Alright, so machine learning is a pretty broad term that encompasses a lot of things. Very specifically above, I was talking about things I call curve fitters, which include multilayer perceptrons. There's also classifiers, which often people create by use a curve fitter and then thresholding it. There's other strange techniques as well that people call machine learning that don't fit into these categories as well.
Anyway, for curve fitters, we literally need a set of points {(x_i,y_i)}_{i=1}^m given to us and our goal is to map the n-dimensional vectors x_i to the scalar output y_i. If we want a multidimensional output, we just do this more than once. Now, theoretically, we can try and match any function, or program, to this data. Let phi be this model, so that we want phi(alpha,x)=y. Here, alpha are the parameters we want to tune for the matching. Also note, these parameters can't be arbitrary. We really need them to be some kind of floating point number. Now, how we do the matching can vary, but sum of squared errors is easy, so we solve the optimization problem
min_{alpha} sum_i (phi(alpha,x_i)-y_i)^2
Basically, we want to find a parameter alpha so that the output from program phi matches our data {(x_i,y_i)}_{i=1}^m as closely as possible in a least-squares sense. Since all good optimization algorithms need a derivative, we use automatic differentiation to find the gradient, and probably Hessian-vector product, of
J(alpha) = sum_i (phi(alpha,x_i)-y_i)^2
Now, if phi is a program, then so is J. It's a program that takes alpha as an input, runs a for-loop to sum up the squared errors, and then it returns the result.
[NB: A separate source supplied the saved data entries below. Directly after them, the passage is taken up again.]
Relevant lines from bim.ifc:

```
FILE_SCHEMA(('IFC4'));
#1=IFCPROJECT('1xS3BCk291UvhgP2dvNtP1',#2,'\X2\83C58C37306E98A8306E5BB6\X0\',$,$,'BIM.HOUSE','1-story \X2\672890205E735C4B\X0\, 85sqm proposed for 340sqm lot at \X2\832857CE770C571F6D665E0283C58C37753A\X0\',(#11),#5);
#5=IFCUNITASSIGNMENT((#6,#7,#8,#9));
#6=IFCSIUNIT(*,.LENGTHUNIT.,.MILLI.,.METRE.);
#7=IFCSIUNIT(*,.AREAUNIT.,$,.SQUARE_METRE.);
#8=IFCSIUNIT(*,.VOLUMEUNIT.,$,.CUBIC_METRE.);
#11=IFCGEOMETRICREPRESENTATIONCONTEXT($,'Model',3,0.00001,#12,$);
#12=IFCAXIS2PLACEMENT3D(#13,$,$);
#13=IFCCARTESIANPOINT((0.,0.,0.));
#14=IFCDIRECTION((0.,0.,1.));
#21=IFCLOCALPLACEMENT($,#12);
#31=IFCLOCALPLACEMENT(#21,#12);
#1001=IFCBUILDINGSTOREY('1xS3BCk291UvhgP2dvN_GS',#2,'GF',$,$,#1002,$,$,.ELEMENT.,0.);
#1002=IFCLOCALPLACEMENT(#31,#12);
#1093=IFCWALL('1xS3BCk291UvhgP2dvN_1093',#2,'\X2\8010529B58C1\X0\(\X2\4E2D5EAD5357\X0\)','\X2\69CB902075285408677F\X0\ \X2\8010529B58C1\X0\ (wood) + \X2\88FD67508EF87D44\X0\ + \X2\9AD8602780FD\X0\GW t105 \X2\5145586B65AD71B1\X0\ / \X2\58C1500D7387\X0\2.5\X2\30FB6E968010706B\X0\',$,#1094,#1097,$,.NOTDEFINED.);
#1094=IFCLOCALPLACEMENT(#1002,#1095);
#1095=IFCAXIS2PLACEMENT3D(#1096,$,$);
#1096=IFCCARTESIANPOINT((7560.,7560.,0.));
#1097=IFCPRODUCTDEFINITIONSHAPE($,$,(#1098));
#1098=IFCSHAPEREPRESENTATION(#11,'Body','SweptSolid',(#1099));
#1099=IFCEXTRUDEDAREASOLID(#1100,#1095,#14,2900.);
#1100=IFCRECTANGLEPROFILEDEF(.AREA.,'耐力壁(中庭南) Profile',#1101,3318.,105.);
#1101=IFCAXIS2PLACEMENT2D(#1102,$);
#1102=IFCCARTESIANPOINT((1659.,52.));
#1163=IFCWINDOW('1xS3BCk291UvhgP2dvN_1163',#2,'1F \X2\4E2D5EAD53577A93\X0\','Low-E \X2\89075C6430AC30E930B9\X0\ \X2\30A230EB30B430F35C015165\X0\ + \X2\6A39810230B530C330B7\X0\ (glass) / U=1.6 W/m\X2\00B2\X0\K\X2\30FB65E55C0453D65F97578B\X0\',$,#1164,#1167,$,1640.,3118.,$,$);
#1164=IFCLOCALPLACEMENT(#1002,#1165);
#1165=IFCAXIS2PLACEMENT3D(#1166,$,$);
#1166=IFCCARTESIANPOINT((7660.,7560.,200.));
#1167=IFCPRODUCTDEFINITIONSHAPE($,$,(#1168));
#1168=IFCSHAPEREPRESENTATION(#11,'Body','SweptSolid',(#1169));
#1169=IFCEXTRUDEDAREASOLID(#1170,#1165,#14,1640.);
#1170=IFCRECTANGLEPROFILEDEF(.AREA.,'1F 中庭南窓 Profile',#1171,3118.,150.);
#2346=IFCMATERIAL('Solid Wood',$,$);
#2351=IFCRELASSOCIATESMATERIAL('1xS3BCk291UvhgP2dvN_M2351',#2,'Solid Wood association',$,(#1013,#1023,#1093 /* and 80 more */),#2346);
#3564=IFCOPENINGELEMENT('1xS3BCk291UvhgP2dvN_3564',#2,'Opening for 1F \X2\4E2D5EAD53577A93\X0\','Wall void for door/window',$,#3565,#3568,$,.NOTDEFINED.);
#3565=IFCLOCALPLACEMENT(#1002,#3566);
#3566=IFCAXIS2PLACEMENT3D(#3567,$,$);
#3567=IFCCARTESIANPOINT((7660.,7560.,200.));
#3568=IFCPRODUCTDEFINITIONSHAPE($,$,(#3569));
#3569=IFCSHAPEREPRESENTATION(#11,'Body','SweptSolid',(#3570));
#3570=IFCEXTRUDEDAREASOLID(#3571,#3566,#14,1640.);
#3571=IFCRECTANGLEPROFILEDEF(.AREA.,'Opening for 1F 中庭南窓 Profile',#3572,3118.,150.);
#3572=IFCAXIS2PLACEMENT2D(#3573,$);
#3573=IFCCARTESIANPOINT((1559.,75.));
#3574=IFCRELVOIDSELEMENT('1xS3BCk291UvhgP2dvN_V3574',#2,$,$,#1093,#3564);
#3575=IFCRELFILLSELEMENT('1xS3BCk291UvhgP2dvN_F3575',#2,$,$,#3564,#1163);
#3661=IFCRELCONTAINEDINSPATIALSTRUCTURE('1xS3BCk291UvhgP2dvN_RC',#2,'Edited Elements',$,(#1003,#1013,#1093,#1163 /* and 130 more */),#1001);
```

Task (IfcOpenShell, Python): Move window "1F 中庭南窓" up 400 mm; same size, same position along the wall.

```python
import numpy as np
import ifcopenshell
import ifcopenshell.api.geometry
import ifcopenshell.util.placement
import ifcopenshell.util.unit

model = ifcopenshell.open("bim.ifc")
unit_scale = ifcopenshell.util.unit.calculate_unit_scale(model)

window = model.by_guid("1xS3BCk291UvhgP2dvN_1163")
opening = window.FillsVoids[0].RelatingOpeningElement
dz = 0.4 / unit_scale

shift = np.array([0.0, 0.0, dz])
# The window is not placed relative to its opening, so move both.
for product in (opening, window):
    matrix = ifcopenshell.util.placement.get_local_placement(product.ObjectPlacement)
    matrix[:3, 3] += shift
    ifcopenshell.api.geometry.edit_object_placement(model, product=product, matrix=matrix, is_si=False)

print(f"moved by {dz * unit_scale:+.3f} m")

model.write("bim-out.ifc")
```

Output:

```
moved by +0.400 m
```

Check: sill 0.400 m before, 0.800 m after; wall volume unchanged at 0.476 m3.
Alright, that was long winded, but the key is this. We're not optimizing a program when we do this. Rather, the optimization occurs when we minimize the difference between our inputs and our outputs, which were given to us ahead of time. In this context, we have two programs. One, the program that we're trying to fit to our data. Two, the program that determines the amount of misfit between our inputs and our outputs. We need the derivative of the composition of these two programs, which is why we use automatic differentiation.